# Where to feed bones?



## Pucks104

I would like to offer the pups a raw chicken wing or neck a couple times a week, however, I don’t want them dragging raw chicken all around the house. How do you guys offer this treat to your dogs? If you have more than one dog how to you Lee them from gulping down the bone and then trying to take another’s bone? Do you offer the raw meaty bone in place of or in addition to their meal?


----------



## Marni

I gave Kozmo the primal raw bones that they sell frozen. I didn't think to limit his time with the treat and he got the runs from the rich marrow. So, it was a messy treat in more ways than one. He and the collies had the bones in my daughter's fenced yard. 

I suggest, if you have one, you in a lawn chair watching your watch while watching your doggie 'get primitive' within a fenced yard.


----------



## Pucks104

Sounds sooo intimidating! I brush their teeth each day but was thinking that if I could find a way to give them a chicken neck or wing to chew that it might clean their teeth even more. But I don’t know how much mess I am willing to handle.


----------



## cishepard

Bingo and Mitzi are raw fed and get meaty bones twice a day with their meals. Chicken and duck feet, wing tips, turkey and chicken necks. They basically crunch their portions up within seconds to, maybe, a minute. Mitzi (the MinPin) stands at her dish and eats them, and Bingo carries his to his cushion on the floor to eat, however, he holds the piece in his mouth the whole time.

I also give them harder bones occasionally like pork ribs or beef leg bones that I’ve sawed into small half-rounds, which they gnaw on during the day, either outside or in the kitchen. TBH I don’t fuss too much over raw bones, sometimes they eat them on the area rug and they are left lying around on the floor. I clean the floors weekly and wash the rug once a month.

Mitzi and Bingo are the 4th and 5th dogs I have raised on prey model raw and their teeth are perfect (Mitzi is 8 yrs old), with no extra brushing and never going to a vet for a ‘dental’. My other dogs from years past were all Chihuahuas with the same great teeth, despite poor breeding and, well, being Chihuahuas!


----------



## Pucks104

Thanks cishepherd. When you started feeding your pups raw bones, what did you start with? Did you just hand the bone to them or hold part of it until they got the hang of crunching them up instead of gulping them down?


----------



## cishepard

Bingo started on a single chicken toe when he was 7 weeks old. I get these feet at a grocery that specializes in Asian cuisine. A chicken wing tip would be similar, though slightly bigger. I was able to get his breeder to agree to letting me start him on raw food while still nursing.

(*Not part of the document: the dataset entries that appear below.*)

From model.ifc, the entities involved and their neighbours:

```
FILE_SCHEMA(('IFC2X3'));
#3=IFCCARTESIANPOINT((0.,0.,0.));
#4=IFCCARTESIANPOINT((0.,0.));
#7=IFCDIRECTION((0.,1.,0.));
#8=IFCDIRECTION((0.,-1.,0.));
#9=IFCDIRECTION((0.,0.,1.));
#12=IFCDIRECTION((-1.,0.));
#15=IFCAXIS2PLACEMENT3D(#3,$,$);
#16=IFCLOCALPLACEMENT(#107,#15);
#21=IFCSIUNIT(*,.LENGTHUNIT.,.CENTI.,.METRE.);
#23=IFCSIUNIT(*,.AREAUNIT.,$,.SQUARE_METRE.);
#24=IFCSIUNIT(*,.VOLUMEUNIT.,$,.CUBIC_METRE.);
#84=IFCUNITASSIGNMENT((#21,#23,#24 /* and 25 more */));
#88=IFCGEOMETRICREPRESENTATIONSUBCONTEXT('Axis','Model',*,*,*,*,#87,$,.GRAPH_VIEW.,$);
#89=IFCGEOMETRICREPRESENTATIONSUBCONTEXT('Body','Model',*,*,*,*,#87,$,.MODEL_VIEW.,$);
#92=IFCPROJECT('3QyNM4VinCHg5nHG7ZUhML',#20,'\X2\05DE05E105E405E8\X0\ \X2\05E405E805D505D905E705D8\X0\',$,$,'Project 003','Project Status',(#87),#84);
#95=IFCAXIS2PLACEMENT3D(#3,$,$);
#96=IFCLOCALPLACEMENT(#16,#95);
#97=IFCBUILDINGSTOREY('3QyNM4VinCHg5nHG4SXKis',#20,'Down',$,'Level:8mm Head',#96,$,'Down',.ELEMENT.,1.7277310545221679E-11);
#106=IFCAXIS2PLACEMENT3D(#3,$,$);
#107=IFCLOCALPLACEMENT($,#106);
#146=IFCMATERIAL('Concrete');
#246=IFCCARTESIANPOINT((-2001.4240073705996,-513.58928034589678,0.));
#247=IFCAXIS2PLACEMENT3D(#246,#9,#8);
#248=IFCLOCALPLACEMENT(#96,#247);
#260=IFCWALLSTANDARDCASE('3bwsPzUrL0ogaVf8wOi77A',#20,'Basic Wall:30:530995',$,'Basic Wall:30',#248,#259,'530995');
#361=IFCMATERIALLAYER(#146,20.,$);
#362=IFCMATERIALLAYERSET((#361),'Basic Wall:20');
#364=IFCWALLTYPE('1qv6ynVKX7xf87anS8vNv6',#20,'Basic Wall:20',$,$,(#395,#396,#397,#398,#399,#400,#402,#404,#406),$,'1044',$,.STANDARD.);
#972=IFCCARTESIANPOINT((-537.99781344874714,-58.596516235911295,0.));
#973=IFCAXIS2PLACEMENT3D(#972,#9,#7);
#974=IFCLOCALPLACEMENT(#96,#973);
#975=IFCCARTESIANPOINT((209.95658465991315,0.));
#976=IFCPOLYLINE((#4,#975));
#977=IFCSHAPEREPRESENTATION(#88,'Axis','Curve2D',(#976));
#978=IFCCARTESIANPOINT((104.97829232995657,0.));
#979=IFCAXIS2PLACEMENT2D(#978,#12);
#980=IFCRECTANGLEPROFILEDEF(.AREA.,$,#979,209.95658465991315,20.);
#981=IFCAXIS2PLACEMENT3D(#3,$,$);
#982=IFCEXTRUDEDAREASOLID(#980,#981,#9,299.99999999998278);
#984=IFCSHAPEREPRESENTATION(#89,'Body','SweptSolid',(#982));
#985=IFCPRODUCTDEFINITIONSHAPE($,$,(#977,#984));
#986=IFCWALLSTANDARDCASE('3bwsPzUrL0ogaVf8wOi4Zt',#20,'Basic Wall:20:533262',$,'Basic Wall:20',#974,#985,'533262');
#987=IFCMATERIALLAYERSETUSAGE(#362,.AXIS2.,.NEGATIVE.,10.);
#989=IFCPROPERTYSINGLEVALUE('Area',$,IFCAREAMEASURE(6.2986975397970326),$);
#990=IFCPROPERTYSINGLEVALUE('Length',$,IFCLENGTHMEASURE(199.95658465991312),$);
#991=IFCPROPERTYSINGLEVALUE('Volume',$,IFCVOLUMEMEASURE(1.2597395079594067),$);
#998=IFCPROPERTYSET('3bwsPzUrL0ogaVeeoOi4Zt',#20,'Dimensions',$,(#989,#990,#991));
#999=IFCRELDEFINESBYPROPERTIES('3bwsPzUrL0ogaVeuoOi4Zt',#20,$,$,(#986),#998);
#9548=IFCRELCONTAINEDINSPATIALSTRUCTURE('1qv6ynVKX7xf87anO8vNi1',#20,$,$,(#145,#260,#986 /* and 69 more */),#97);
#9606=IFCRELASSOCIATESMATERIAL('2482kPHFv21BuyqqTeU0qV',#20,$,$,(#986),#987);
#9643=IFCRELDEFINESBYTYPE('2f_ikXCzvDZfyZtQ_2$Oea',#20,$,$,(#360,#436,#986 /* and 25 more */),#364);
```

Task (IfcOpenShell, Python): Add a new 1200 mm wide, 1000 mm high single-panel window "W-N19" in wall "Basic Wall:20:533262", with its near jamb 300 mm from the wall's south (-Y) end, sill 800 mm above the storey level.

```python
import numpy as np
import ifcopenshell
import ifcopenshell.api.feature
import ifcopenshell.api.geometry
import ifcopenshell.api.pset
import ifcopenshell.api.root
import ifcopenshell.api.spatial
import ifcopenshell.api.type
import ifcopenshell.geom
import ifcopenshell.util.element
import ifcopenshell.util.placement
import ifcopenshell.util.representation
import ifcopenshell.util.shape
import ifcopenshell.util.unit

model = ifcopenshell.open("model.ifc")
unit_scale = ifcopenshell.util.unit.calculate_unit_scale(model)
area_scale = ifcopenshell.util.unit.calculate_unit_scale(model, "AREAUNIT")
volume_scale = ifcopenshell.util.unit.calculate_unit_scale(model, "VOLUMEUNIT")
settings = ifcopenshell.geom.settings()


def volume(element):
    """Net volume in cubic metres, openings subtracted."""
    shape = ifcopenshell.geom.create_shape(settings, element)
    return ifcopenshell.util.shape.get_volume(shape.geometry)


wall = model.by_guid("3bwsPzUrL0ogaVf8wOi4Zt")
storey = ifcopenshell.util.element.get_container(wall, ifc_class="IfcBuildingStorey")
context = ifcopenshell.util.representation.get_context(model, "Model", "Body", "MODEL_VIEW")
before = volume(wall)

width, height, from_end, sill = 1.2, 1, 0.3, 0.8  # metres

# The wall runs along its own X axis, and the end named is its -X end.
wall_shape = ifcopenshell.geom.create_shape(settings, wall)
x, y, z = ifcopenshell.util.shape.get_vertices(wall_shape.geometry).T
start = x.min() + from_end
face, thickness = float(y.min()), float(y.max() - y.min())
wall_matrix = ifcopenshell.util.placement.get_local_placement(wall.ObjectPlacement)
level = ifcopenshell.util.placement.get_local_placement(storey.ObjectPlacement)[2, 3]


def in_wall(x, y):
    """Placement at x, y metres in the wall's axes, at sill height."""
    matrix = wall_matrix.copy()
    matrix[:, 3] = wall_matrix @ np.array([x / unit_scale, y / unit_scale, 0.0, 1.0])
    matrix[2, 3] = level + sill / unit_scale
    return matrix


# Opening: a box that overshoots both wall faces by 50 mm.
opening = ifcopenshell.api.root.create_entity(model, ifc_class="IfcOpeningElement")
box = ifcopenshell.api.geometry.add_wall_representation(
    model, context=context, length=width, height=height, thickness=thickness + 0.1
)
ifcopenshell.api.geometry.assign_representation(model, product=opening, representation=box)
ifcopenshell.api.geometry.edit_object_placement(model, product=opening, matrix=in_wall(start, face - 0.05), is_si=False)
ifcopenshell.api.feature.add_feature(model, feature=opening, element=wall)

window = ifcopenshell.api.root.create_entity(model, ifc_class="IfcWindow", name="W-N19")
window.OverallWidth, window.OverallHeight = width / unit_scale, height / unit_scale
body = ifcopenshell.api.geometry.add_window_representation(
    model,
    context=context,
    overall_width=window.OverallWidth,
    overall_height=window.OverallHeight,
    partition_type="SINGLE_PANEL",
)
ifcopenshell.api.geometry.assign_representation(model, product=window, representation=body)
ifcopenshell.api.spatial.assign_container(model, products=[window], relating_structure=storey)
fills = ifcopenshell.api.feature.add_filling(model, opening=opening, element=window)
fills.OwnerHistory = window.OwnerHistory  # required in IFC2X3

# IFC2X3 keeps the operation on the window style.
style = ifcopenshell.api.root.create_entity(model, ifc_class="IfcWindowStyle", name="W-N19")
style.OperationType, style.ConstructionType = "SINGLE_PANEL", "NOTDEFINED"
style.ParameterTakesPrecedence = style.Sizeable = False
ifcopenshell.api.type.assign_type(model, related_objects=[window], relating_type=style)

# Centre the window in the wall's thickness.
ifcopenshell.api.geometry.edit_object_placement(model, product=window, matrix=in_wall(start, face), is_si=False)
window_shape = ifcopenshell.geom.create_shape(settings, window)
depth = ifcopenshell.util.shape.get_vertices(window_shape.geometry)[:, 1]
offset = face + thickness / 2 - (depth.min() + depth.max()) / 2
ifcopenshell.api.geometry.edit_object_placement(model, product=window, matrix=in_wall(start, offset), is_si=False)

after = volume(wall)

# Update the wall's stored quantities.
pset = model.by_id(ifcopenshell.util.element.get_pset(wall, "Dimensions", should_inherit=False)["id"])
ifcopenshell.api.pset.edit_pset(model, pset=pset, properties={
    "Area": model.create_entity("IfcAreaMeasure", after / thickness / area_scale),
    "Volume": model.create_entity("IfcVolumeMeasure", after / volume_scale),
})

print(f"wall volume {before:.3f} -> {after:.3f} m3")

model.write("model_updated.ifc")
```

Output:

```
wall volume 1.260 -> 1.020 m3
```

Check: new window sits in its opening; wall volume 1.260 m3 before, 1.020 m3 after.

Even at that age they learn how to chew on the bones without any help. Now he can eat larger pieces, but that would be too much bone for his diet - I get pre-ground meat, with bone and organs already in it, from a local producer, so he still only gets a few toes, a chunk of leg or a 1” length of neck each day. I’ve never had a problem with a dog swallowing a bone whole - they seem to like to chew them. In fact, Mitzi picks hers out of her dish, puts them aside and then eats them after she licks her bowl - saving the best for last . Bingo eats his first!


----------



## Pucks104

Ok I will give it a try this weekend and see how it goes.


----------



## davetgabby

bathtub /shower


----------



## abi38

I am glad to hear people are giving chicken feet with success. So far mine can each chicken/duck necks and pork neck bones. But I am concern about chicken feet's one longer bone.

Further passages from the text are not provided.